= Beginning of Section =
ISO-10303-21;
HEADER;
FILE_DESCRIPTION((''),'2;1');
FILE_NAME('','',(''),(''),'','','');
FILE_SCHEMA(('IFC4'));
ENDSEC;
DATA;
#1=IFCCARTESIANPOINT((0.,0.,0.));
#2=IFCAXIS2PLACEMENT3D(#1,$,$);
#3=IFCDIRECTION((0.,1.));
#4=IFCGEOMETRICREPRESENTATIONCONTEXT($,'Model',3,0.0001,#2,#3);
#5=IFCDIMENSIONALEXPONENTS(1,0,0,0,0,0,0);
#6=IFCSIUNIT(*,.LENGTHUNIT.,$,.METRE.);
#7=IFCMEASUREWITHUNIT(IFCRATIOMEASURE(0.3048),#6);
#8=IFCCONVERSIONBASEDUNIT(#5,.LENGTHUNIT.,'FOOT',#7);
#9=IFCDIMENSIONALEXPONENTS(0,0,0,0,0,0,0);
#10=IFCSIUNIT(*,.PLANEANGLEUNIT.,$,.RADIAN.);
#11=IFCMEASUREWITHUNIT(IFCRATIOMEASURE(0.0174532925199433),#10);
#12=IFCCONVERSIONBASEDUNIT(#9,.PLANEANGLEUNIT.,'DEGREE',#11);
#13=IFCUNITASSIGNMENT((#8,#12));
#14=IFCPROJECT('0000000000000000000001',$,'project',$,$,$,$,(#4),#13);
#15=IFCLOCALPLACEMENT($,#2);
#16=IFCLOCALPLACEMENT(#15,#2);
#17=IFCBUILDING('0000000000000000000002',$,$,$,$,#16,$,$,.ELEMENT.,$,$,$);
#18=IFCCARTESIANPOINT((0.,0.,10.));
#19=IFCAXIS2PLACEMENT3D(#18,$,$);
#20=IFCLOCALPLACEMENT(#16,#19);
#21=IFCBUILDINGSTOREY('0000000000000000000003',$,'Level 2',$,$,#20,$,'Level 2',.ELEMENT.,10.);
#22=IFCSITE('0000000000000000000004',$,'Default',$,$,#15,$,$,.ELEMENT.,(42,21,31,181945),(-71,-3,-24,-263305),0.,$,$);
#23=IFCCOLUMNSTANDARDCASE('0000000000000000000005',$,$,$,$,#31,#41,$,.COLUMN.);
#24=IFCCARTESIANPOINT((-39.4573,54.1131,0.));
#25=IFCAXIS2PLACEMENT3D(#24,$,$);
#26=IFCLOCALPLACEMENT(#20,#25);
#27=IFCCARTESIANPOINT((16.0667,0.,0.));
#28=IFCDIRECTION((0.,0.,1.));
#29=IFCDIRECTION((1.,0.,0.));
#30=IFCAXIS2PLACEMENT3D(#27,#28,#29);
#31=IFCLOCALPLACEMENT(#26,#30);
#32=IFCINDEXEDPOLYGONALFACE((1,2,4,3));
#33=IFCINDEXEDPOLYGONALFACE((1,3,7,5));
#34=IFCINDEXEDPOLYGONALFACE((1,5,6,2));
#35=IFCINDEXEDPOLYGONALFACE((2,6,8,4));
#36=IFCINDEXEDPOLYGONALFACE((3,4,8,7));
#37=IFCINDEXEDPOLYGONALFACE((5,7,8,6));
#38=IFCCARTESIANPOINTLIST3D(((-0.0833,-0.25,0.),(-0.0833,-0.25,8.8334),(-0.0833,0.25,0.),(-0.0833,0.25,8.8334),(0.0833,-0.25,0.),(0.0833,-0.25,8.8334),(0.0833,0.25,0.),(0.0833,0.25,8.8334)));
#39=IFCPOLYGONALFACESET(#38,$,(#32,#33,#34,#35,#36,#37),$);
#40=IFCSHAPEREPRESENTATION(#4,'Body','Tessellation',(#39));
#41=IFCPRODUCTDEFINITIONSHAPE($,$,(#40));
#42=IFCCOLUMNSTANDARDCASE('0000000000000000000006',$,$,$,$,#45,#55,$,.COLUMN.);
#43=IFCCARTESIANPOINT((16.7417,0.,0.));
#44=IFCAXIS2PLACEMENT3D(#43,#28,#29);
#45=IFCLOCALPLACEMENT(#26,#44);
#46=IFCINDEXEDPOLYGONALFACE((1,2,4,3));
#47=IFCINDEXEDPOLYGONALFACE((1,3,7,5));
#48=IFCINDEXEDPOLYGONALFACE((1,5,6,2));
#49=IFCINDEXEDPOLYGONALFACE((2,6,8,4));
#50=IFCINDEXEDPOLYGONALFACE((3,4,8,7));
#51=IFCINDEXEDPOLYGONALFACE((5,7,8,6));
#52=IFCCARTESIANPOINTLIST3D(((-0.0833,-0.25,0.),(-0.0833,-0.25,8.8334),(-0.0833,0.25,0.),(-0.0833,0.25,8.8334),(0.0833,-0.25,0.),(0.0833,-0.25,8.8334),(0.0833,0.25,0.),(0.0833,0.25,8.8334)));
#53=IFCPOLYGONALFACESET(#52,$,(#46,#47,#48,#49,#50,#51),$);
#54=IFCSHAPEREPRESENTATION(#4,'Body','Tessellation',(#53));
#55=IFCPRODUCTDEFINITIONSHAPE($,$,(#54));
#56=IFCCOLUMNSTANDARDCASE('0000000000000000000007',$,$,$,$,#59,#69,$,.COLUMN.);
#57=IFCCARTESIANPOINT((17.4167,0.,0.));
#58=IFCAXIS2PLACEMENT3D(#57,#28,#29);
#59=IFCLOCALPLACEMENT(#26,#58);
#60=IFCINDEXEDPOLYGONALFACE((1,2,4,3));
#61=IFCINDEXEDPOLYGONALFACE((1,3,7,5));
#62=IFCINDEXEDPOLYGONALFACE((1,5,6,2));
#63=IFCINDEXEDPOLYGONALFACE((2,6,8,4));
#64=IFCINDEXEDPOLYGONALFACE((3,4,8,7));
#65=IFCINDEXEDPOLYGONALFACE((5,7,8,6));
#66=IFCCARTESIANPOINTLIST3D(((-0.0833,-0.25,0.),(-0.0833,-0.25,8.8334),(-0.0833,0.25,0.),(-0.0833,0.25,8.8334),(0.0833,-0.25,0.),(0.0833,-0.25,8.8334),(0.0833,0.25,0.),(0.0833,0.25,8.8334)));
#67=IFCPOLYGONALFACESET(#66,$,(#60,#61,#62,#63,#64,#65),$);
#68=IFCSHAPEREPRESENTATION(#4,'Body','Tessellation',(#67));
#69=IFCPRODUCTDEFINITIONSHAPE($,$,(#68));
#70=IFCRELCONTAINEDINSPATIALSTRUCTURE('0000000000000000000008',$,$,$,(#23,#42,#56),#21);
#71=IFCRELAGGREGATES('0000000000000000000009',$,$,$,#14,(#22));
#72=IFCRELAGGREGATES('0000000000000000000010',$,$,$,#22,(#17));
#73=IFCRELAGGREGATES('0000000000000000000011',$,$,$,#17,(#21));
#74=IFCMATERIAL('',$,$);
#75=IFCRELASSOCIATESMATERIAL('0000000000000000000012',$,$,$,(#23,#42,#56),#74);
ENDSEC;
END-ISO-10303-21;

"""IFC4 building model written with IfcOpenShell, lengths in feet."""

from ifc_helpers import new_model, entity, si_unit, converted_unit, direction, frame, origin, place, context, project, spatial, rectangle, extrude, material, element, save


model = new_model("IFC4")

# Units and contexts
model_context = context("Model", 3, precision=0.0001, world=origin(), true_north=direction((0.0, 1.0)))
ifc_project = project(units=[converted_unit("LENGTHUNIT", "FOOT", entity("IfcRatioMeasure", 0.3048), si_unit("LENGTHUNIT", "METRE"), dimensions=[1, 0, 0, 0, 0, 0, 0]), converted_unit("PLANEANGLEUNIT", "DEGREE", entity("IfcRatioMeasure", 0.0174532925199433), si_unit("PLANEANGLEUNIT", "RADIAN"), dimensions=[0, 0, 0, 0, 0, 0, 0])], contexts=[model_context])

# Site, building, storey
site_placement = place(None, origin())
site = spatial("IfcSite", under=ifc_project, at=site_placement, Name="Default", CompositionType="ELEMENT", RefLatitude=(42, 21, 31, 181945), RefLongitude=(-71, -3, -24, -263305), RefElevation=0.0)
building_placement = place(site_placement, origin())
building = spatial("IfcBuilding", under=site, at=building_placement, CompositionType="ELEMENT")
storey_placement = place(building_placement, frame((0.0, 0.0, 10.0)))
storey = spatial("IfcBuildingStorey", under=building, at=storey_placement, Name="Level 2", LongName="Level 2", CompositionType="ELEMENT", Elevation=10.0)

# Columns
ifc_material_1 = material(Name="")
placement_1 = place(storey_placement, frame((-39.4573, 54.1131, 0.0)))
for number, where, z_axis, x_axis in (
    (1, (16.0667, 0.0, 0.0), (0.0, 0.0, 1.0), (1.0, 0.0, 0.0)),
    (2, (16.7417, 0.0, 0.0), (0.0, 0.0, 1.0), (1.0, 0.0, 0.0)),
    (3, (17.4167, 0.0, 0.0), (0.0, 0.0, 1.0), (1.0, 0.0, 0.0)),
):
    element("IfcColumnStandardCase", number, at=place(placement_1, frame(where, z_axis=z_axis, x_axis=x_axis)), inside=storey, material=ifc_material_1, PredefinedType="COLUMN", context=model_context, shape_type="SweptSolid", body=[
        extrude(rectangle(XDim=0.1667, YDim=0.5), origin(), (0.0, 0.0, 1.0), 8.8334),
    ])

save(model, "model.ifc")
= End of Section =
= Beginning of Section =
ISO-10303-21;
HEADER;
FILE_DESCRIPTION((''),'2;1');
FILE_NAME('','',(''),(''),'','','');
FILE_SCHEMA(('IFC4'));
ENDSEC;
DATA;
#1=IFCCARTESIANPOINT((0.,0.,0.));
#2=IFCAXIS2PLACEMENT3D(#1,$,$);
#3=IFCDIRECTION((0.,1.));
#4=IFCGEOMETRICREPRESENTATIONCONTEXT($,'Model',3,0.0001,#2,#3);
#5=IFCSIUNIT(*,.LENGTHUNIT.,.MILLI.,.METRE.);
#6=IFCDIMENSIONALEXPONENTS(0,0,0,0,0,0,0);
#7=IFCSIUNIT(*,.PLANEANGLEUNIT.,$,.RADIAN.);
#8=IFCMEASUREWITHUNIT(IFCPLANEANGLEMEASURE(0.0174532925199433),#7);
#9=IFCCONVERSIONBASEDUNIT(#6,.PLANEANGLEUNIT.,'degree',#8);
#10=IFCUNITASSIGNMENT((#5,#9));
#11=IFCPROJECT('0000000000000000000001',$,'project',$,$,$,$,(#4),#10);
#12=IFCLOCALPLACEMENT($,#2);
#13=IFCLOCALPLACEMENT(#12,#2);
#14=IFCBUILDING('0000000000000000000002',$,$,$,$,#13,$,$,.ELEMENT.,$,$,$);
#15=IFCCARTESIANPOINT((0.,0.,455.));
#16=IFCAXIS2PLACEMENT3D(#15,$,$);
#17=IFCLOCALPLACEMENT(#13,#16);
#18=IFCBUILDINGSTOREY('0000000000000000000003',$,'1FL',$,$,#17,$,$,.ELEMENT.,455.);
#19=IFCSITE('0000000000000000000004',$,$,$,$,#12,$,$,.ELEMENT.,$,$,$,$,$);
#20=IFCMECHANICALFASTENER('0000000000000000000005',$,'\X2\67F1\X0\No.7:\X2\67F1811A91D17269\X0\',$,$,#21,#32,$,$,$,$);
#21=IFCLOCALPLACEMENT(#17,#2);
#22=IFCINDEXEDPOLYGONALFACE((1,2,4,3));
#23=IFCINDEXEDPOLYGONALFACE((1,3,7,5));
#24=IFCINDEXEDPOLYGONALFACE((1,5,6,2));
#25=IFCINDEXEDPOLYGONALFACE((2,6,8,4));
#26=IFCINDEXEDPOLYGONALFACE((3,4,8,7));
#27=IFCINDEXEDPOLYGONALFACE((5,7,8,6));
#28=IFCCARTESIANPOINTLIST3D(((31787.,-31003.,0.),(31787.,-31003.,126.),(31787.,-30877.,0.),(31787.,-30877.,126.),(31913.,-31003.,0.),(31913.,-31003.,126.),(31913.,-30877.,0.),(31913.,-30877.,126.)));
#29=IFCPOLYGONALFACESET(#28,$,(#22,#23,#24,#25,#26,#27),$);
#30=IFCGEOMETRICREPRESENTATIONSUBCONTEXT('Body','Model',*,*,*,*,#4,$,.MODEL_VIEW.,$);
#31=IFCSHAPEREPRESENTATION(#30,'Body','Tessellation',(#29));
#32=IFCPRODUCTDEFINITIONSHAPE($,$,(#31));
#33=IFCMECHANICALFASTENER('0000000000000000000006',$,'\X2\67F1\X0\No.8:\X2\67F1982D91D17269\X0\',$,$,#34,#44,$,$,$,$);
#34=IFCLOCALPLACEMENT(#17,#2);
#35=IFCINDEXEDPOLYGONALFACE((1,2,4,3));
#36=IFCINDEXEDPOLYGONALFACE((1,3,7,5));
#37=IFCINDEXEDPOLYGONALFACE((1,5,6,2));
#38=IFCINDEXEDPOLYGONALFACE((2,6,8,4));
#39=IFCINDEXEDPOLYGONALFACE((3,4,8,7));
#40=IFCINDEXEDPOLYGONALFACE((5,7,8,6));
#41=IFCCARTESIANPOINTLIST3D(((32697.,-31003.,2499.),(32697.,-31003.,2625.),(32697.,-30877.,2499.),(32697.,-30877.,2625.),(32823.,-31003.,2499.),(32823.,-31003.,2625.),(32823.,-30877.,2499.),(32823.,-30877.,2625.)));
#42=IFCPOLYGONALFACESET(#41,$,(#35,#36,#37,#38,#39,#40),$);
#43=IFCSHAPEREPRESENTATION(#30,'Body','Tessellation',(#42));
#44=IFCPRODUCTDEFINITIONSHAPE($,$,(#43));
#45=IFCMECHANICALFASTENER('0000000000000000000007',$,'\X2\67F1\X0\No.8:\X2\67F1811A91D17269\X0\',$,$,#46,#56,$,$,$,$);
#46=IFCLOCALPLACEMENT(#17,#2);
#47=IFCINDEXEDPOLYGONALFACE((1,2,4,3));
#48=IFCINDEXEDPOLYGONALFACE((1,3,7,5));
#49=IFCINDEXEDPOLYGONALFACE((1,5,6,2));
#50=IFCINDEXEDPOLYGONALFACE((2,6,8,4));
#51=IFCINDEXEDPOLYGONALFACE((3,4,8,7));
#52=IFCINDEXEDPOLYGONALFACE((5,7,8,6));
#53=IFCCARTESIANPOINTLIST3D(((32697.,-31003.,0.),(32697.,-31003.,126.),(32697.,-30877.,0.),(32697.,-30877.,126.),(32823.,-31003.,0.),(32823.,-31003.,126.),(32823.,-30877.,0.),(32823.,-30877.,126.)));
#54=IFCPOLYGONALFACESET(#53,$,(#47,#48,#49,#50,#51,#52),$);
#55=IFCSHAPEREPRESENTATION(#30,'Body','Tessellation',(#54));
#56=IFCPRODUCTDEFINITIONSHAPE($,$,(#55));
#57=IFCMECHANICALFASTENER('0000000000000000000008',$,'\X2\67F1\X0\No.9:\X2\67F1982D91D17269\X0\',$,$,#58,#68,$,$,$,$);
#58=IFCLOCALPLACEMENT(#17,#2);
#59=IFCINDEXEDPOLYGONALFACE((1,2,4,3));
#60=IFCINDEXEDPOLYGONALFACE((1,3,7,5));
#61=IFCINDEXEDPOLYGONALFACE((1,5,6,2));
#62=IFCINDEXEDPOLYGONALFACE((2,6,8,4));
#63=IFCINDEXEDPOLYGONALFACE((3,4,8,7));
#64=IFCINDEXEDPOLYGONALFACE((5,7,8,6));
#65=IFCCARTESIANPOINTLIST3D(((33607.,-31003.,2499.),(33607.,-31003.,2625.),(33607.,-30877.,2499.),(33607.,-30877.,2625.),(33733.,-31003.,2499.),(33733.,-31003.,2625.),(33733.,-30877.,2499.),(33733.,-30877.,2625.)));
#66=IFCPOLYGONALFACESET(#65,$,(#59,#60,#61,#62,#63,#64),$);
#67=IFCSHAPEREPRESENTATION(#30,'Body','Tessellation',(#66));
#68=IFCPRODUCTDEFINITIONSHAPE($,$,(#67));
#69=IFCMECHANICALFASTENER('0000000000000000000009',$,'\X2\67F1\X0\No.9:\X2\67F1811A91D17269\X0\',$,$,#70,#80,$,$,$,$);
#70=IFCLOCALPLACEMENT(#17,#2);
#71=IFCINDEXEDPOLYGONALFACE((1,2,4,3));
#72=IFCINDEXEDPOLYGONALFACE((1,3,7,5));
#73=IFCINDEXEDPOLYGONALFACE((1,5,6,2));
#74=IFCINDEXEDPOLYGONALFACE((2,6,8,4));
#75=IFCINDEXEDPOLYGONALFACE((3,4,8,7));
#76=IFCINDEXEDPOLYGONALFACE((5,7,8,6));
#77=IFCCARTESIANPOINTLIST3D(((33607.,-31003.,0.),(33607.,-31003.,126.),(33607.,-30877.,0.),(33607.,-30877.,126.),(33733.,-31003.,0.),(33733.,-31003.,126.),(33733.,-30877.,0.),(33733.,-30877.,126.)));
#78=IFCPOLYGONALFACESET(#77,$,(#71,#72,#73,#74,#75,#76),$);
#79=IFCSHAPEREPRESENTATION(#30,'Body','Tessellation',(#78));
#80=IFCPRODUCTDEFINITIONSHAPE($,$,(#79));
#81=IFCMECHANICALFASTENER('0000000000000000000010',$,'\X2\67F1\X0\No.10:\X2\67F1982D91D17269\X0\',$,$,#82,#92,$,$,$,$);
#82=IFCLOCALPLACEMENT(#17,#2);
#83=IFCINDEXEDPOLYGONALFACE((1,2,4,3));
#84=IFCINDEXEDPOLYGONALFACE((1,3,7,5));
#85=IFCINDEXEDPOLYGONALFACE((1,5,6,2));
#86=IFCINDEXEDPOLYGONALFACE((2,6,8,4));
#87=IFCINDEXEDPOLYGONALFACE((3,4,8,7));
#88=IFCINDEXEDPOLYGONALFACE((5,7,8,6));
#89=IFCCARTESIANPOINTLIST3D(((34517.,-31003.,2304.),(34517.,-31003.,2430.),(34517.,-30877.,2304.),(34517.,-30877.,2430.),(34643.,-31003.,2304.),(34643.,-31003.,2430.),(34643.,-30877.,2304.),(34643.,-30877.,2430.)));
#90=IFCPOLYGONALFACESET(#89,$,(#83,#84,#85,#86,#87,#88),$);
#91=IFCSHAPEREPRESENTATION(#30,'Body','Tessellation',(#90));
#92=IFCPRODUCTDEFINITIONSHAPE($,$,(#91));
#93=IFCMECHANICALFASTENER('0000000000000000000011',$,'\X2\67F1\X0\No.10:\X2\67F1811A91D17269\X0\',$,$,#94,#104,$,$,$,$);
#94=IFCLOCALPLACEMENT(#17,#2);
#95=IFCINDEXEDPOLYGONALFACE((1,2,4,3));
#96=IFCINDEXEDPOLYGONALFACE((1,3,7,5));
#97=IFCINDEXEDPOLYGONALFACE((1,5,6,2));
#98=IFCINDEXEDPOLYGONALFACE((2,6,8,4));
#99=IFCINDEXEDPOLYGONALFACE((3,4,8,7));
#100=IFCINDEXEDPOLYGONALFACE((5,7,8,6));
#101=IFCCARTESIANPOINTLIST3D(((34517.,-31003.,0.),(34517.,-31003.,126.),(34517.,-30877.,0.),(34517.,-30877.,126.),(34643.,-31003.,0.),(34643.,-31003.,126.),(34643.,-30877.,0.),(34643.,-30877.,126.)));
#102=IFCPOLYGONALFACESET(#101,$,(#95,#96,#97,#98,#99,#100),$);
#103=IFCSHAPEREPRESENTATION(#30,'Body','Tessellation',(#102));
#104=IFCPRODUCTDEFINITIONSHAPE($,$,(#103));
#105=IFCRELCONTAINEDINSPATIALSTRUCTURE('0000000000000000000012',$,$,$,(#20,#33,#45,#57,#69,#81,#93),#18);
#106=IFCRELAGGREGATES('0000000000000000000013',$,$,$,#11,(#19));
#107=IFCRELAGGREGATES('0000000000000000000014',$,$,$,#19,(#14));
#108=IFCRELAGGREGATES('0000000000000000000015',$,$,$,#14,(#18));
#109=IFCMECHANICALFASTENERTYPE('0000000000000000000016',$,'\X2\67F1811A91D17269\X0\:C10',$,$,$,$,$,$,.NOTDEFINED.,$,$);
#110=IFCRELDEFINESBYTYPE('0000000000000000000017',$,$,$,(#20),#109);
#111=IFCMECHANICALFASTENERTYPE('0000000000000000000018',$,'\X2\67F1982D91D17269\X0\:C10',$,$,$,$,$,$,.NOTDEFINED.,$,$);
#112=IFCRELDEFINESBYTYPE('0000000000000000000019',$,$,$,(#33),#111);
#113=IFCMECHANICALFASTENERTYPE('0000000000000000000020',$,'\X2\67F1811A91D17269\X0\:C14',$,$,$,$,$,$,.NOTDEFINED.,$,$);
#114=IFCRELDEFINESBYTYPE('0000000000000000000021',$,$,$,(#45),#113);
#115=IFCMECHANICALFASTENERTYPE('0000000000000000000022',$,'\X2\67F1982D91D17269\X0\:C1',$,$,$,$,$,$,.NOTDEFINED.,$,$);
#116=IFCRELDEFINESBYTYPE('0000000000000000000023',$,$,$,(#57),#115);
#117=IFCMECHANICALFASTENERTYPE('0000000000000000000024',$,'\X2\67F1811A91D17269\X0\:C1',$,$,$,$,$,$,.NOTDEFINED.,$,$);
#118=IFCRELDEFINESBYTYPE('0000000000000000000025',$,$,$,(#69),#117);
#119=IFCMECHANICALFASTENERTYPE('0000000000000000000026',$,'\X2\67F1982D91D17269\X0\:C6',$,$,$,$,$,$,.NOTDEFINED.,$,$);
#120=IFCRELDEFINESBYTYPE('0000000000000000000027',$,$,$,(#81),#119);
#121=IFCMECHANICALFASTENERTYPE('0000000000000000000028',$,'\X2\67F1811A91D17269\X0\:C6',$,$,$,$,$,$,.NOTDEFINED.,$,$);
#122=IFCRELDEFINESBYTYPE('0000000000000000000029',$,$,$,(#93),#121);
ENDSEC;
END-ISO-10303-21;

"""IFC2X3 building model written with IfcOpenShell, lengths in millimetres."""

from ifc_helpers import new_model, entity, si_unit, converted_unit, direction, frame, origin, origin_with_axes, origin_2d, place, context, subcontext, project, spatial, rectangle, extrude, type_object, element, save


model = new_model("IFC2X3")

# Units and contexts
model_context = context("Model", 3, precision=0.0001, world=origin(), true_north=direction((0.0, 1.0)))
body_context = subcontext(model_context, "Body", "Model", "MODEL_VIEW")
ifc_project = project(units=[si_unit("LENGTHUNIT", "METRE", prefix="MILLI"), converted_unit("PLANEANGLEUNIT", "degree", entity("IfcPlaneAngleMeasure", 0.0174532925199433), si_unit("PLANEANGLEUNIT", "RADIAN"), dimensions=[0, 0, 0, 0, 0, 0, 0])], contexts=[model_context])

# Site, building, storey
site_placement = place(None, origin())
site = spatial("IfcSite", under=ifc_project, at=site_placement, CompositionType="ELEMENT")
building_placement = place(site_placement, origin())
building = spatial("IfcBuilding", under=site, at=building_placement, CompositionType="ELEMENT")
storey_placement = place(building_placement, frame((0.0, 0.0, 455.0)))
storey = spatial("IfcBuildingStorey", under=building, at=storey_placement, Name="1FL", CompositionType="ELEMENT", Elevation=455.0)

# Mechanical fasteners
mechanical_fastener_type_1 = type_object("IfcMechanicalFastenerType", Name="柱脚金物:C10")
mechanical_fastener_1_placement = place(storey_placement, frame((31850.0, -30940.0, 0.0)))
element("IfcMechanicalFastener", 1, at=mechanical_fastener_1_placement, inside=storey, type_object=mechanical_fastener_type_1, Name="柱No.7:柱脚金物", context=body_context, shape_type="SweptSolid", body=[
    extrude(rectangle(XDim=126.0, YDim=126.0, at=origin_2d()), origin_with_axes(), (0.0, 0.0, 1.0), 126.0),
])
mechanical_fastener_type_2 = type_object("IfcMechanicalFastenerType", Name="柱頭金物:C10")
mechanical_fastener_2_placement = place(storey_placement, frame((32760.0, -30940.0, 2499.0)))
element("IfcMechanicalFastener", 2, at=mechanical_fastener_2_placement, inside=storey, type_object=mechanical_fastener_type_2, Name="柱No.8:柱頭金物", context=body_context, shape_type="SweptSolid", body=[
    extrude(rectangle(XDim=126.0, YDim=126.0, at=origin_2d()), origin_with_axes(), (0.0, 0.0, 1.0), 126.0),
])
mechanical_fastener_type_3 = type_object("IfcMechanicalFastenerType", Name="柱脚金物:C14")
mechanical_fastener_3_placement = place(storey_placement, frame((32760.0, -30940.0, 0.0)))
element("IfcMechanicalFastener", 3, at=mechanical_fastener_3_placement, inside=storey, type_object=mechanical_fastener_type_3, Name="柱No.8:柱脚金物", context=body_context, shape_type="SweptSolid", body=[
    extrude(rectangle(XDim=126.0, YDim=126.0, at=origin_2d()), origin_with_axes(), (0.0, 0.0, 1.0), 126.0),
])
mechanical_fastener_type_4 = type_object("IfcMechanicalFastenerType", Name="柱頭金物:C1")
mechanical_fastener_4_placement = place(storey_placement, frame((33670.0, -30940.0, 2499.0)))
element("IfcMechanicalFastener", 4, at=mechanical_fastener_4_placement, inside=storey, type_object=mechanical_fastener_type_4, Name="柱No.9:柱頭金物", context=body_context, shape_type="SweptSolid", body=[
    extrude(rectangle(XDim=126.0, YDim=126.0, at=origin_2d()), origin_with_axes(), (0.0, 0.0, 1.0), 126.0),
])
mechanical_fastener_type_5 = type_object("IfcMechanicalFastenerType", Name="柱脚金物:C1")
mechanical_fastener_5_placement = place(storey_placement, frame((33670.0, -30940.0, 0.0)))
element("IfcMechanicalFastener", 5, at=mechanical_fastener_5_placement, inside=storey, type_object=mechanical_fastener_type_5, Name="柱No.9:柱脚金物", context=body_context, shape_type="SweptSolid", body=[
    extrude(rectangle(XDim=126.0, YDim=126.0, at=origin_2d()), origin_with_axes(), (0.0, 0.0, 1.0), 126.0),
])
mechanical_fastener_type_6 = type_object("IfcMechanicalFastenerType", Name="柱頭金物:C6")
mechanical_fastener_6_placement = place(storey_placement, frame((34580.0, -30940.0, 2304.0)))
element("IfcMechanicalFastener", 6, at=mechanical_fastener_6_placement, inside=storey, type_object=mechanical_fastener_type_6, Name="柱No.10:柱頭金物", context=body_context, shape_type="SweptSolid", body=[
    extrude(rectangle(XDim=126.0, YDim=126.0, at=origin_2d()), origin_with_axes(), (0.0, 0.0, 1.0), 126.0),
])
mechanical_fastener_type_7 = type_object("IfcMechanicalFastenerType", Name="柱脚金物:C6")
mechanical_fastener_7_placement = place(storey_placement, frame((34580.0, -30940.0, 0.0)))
= End of Section =
Prompt —
Could you restate, word for word, the lines above from the one with "#88=IFCINDEXEDPOLYGONALFACE((5,7,8,6));" to the one with "#96=IFCINDEXEDPOLYGONALFACE((1,3,7,5));", both included?

Result of this task —
#88=IFCINDEXEDPOLYGONALFACE((5,7,8,6));
#89=IFCCARTESIANPOINTLIST3D(((34517.,-31003.,2304.),(34517.,-31003.,2430.),(34517.,-30877.,2304.),(34517.,-30877.,2430.),(34643.,-31003.,2304.),(34643.,-31003.,2430.),(34643.,-30877.,2304.),(34643.,-30877.,2430.)));
#90=IFCPOLYGONALFACESET(#89,$,(#83,#84,#85,#86,#87,#88),$);
#91=IFCSHAPEREPRESENTATION(#30,'Body','Tessellation',(#90));
#92=IFCPRODUCTDEFINITIONSHAPE($,$,(#91));
#93=IFCMECHANICALFASTENER('0000000000000000000011',$,'\X2\67F1\X0\No.10:\X2\67F1811A91D17269\X0\',$,$,#94,#104,$,$,$,$);
#94=IFCLOCALPLACEMENT(#17,#2);
#95=IFCINDEXEDPOLYGONALFACE((1,2,4,3));
#96=IFCINDEXEDPOLYGONALFACE((1,3,7,5));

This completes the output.